## What is being asked
The listing below should be written out again word for word, please.
═════ Input data ═════
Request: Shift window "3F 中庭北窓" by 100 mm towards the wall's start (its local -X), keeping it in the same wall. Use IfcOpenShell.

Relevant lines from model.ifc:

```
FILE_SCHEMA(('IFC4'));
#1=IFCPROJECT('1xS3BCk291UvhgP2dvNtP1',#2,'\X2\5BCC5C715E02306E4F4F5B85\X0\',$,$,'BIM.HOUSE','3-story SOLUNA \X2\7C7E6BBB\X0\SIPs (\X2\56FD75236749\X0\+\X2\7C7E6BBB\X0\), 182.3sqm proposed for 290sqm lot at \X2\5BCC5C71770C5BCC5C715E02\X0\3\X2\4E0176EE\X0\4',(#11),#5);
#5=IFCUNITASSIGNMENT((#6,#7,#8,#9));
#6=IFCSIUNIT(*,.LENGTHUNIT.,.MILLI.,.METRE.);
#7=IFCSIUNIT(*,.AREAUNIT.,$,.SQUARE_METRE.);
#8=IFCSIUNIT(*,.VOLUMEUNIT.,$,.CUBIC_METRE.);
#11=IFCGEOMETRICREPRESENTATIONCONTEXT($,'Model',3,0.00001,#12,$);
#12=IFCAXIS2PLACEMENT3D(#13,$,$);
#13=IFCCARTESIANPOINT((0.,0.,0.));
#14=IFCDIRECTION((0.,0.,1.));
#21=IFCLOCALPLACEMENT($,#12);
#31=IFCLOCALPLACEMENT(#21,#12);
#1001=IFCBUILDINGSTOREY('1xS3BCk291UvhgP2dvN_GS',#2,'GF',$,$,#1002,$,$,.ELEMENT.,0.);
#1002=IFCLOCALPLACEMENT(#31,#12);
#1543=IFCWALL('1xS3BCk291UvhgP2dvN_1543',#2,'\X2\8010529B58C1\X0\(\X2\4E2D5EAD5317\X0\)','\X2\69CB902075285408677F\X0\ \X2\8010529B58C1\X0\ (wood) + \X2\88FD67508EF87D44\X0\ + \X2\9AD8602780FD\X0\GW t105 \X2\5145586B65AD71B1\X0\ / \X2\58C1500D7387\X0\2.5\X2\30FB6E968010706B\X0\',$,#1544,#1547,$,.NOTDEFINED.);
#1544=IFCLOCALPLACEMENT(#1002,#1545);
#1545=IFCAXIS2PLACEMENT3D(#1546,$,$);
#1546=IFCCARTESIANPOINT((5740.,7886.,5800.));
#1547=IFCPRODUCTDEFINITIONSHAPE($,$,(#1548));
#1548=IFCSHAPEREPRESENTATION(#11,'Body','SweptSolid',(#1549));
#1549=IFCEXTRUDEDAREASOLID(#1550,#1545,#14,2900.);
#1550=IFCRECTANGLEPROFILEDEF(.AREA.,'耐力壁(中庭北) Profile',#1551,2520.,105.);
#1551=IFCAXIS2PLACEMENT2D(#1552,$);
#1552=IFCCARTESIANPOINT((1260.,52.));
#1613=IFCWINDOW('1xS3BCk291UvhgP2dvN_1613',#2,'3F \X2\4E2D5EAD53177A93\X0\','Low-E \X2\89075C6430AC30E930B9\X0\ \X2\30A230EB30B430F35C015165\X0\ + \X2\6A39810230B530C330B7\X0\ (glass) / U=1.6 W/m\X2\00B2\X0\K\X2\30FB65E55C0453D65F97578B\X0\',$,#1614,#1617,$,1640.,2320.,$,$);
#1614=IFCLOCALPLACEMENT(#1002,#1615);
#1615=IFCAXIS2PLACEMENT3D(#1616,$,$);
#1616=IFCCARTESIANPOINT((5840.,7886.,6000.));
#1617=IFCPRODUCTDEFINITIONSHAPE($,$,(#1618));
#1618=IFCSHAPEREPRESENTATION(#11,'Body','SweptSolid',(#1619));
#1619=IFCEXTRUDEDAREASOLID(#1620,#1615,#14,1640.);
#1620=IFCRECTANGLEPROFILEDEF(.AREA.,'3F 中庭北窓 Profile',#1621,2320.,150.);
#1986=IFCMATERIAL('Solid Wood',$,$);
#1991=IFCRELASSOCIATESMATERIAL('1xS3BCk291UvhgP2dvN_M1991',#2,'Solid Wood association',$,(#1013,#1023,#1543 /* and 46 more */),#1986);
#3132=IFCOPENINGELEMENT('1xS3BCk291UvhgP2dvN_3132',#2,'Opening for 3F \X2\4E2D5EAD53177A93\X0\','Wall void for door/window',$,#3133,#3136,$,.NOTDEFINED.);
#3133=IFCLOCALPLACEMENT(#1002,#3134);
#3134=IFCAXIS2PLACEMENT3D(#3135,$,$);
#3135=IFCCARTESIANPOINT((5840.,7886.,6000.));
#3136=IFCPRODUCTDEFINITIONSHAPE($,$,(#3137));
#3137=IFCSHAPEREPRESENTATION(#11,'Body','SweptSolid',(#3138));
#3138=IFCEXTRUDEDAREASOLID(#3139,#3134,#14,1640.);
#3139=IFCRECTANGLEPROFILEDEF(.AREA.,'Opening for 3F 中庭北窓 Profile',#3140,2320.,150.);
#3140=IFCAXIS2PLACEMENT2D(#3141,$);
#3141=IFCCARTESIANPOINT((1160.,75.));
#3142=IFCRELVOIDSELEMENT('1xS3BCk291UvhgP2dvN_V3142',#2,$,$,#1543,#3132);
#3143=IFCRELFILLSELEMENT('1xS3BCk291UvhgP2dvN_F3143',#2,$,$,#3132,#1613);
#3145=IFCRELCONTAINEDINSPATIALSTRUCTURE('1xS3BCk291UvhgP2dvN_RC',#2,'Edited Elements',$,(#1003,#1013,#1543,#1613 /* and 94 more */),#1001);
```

```python
import ifcopenshell
import ifcopenshell.api.geometry
import ifcopenshell.util.placement

model = ifcopenshell.open("model.ifc")

window = model.by_guid("1xS3BCk291UvhgP2dvN_1613")
opening = window.FillsVoids[0].RelatingOpeningElement
wall = opening.VoidsElements[0].RelatingBuildingElement

wall_matrix = ifcopenshell.util.placement.get_local_placement(wall.ObjectPlacement)
shift = wall_matrix[:3, 0] * -100.0
before = ifcopenshell.util.placement.get_local_placement(window.ObjectPlacement)[:3, 3].copy()

# The window is not placed relative to its opening, so move both.
for product in (opening, window):
    matrix = ifcopenshell.util.placement.get_local_placement(product.ObjectPlacement)
    matrix[:3, 3] += shift
    ifcopenshell.api.geometry.edit_object_placement(model, product=product, matrix=matrix, is_si=False)

after = ifcopenshell.util.placement.get_local_placement(window.ObjectPlacement)[:3, 3]
print("window moved by", (after - before).round(3) + 0.0)

model.write("model_edited.ifc")
```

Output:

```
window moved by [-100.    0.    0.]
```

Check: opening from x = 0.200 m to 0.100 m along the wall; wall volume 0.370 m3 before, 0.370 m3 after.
═════
## Solution to this task
Request: Shift window "3F 中庭北窓" by 100 mm towards the wall's start (its local -X), keeping it in the same wall. Use IfcOpenShell.

Relevant lines from model.ifc:

```
FILE_SCHEMA(('IFC4'));
#1=IFCPROJECT('1xS3BCk291UvhgP2dvNtP1',#2,'\X2\5BCC5C715E02306E4F4F5B85\X0\',$,$,'BIM.HOUSE','3-story SOLUNA \X2\7C7E6BBB\X0\SIPs (\X2\56FD75236749\X0\+\X2\7C7E6BBB\X0\), 182.3sqm proposed for 290sqm lot at \X2\5BCC5C71770C5BCC5C715E02\X0\3\X2\4E0176EE\X0\4',(#11),#5);
#5=IFCUNITASSIGNMENT((#6,#7,#8,#9));
#6=IFCSIUNIT(*,.LENGTHUNIT.,.MILLI.,.METRE.);
#7=IFCSIUNIT(*,.AREAUNIT.,$,.SQUARE_METRE.);
#8=IFCSIUNIT(*,.VOLUMEUNIT.,$,.CUBIC_METRE.);
#11=IFCGEOMETRICREPRESENTATIONCONTEXT($,'Model',3,0.00001,#12,$);
#12=IFCAXIS2PLACEMENT3D(#13,$,$);
#13=IFCCARTESIANPOINT((0.,0.,0.));
#14=IFCDIRECTION((0.,0.,1.));
#21=IFCLOCALPLACEMENT($,#12);
#31=IFCLOCALPLACEMENT(#21,#12);
#1001=IFCBUILDINGSTOREY('1xS3BCk291UvhgP2dvN_GS',#2,'GF',$,$,#1002,$,$,.ELEMENT.,0.);
#1002=IFCLOCALPLACEMENT(#31,#12);
#1543=IFCWALL('1xS3BCk291UvhgP2dvN_1543',#2,'\X2\8010529B58C1\X0\(\X2\4E2D5EAD5317\X0\)','\X2\69CB902075285408677F\X0\ \X2\8010529B58C1\X0\ (wood) + \X2\88FD67508EF87D44\X0\ + \X2\9AD8602780FD\X0\GW t105 \X2\5145586B65AD71B1\X0\ / \X2\58C1500D7387\X0\2.5\X2\30FB6E968010706B\X0\',$,#1544,#1547,$,.NOTDEFINED.);
#1544=IFCLOCALPLACEMENT(#1002,#1545);
#1545=IFCAXIS2PLACEMENT3D(#1546,$,$);
#1546=IFCCARTESIANPOINT((5740.,7886.,5800.));
#1547=IFCPRODUCTDEFINITIONSHAPE($,$,(#1548));
#1548=IFCSHAPEREPRESENTATION(#11,'Body','SweptSolid',(#1549));
#1549=IFCEXTRUDEDAREASOLID(#1550,#1545,#14,2900.);
#1550=IFCRECTANGLEPROFILEDEF(.AREA.,'耐力壁(中庭北) Profile',#1551,2520.,105.);
#1551=IFCAXIS2PLACEMENT2D(#1552,$);
#1552=IFCCARTESIANPOINT((1260.,52.));
#1613=IFCWINDOW('1xS3BCk291UvhgP2dvN_1613',#2,'3F \X2\4E2D5EAD53177A93\X0\','Low-E \X2\89075C6430AC30E930B9\X0\ \X2\30A230EB30B430F35C015165\X0\ + \X2\6A39810230B530C330B7\X0\ (glass) / U=1.6 W/m\X2\00B2\X0\K\X2\30FB65E55C0453D65F97578B\X0\',$,#1614,#1617,$,1640.,2320.,$,$);
#1614=IFCLOCALPLACEMENT(#1002,#1615);
#1615=IFCAXIS2PLACEMENT3D(#1616,$,$);
#1616=IFCCARTESIANPOINT((5840.,7886.,6000.));
#1617=IFCPRODUCTDEFINITIONSHAPE($,$,(#1618));
#1618=IFCSHAPEREPRESENTATION(#11,'Body','SweptSolid',(#1619));
#1619=IFCEXTRUDEDAREASOLID(#1620,#1615,#14,1640.);
#1620=IFCRECTANGLEPROFILEDEF(.AREA.,'3F 中庭北窓 Profile',#1621,2320.,150.);
#1986=IFCMATERIAL('Solid Wood',$,$);
#1991=IFCRELASSOCIATESMATERIAL('1xS3BCk291UvhgP2dvN_M1991',#2,'Solid Wood association',$,(#1013,#1023,#1543 /* and 46 more */),#1986);
#3132=IFCOPENINGELEMENT('1xS3BCk291UvhgP2dvN_3132',#2,'Opening for 3F \X2\4E2D5EAD53177A93\X0\','Wall void for door/window',$,#3133,#3136,$,.NOTDEFINED.);
#3133=IFCLOCALPLACEMENT(#1002,#3134);
#3134=IFCAXIS2PLACEMENT3D(#3135,$,$);
#3135=IFCCARTESIANPOINT((5840.,7886.,6000.));
#3136=IFCPRODUCTDEFINITIONSHAPE($,$,(#3137));
#3137=IFCSHAPEREPRESENTATION(#11,'Body','SweptSolid',(#3138));
#3138=IFCEXTRUDEDAREASOLID(#3139,#3134,#14,1640.);
#3139=IFCRECTANGLEPROFILEDEF(.AREA.,'Opening for 3F 中庭北窓 Profile',#3140,2320.,150.);
#3140=IFCAXIS2PLACEMENT2D(#3141,$);
#3141=IFCCARTESIANPOINT((1160.,75.));
#3142=IFCRELVOIDSELEMENT('1xS3BCk291UvhgP2dvN_V3142',#2,$,$,#1543,#3132);
#3143=IFCRELFILLSELEMENT('1xS3BCk291UvhgP2dvN_F3143',#2,$,$,#3132,#1613);
#3145=IFCRELCONTAINEDINSPATIALSTRUCTURE('1xS3BCk291UvhgP2dvN_RC',#2,'Edited Elements',$,(#1003,#1013,#1543,#1613 /* and 94 more */),#1001);
```

```python
import ifcopenshell
import ifcopenshell.api.geometry
import ifcopenshell.util.placement

model = ifcopenshell.open("model.ifc")

window = model.by_guid("1xS3BCk291UvhgP2dvN_1613")
opening = window.FillsVoids[0].RelatingOpeningElement
wall = opening.VoidsElements[0].RelatingBuildingElement

wall_matrix = ifcopenshell.util.placement.get_local_placement(wall.ObjectPlacement)
shift = wall_matrix[:3, 0] * -100.0
before = ifcopenshell.util.placement.get_local_placement(window.ObjectPlacement)[:3, 3].copy()

# The window is not placed relative to its opening, so move both.
for product in (opening, window):
    matrix = ifcopenshell.util.placement.get_local_placement(product.ObjectPlacement)
    matrix[:3, 3] += shift
    ifcopenshell.api.geometry.edit_object_placement(model, product=product, matrix=matrix, is_si=False)

after = ifcopenshell.util.placement.get_local_placement(window.ObjectPlacement)[:3, 3]
print("window moved by", (after - before).round(3) + 0.0)

model.write("model_edited.ifc")
```

Output:

```
window moved by [-100.    0.    0.]
```

Check: opening from x = 0.200 m to 0.100 m along the wall; wall volume 0.370 m3 before, 0.370 m3 after.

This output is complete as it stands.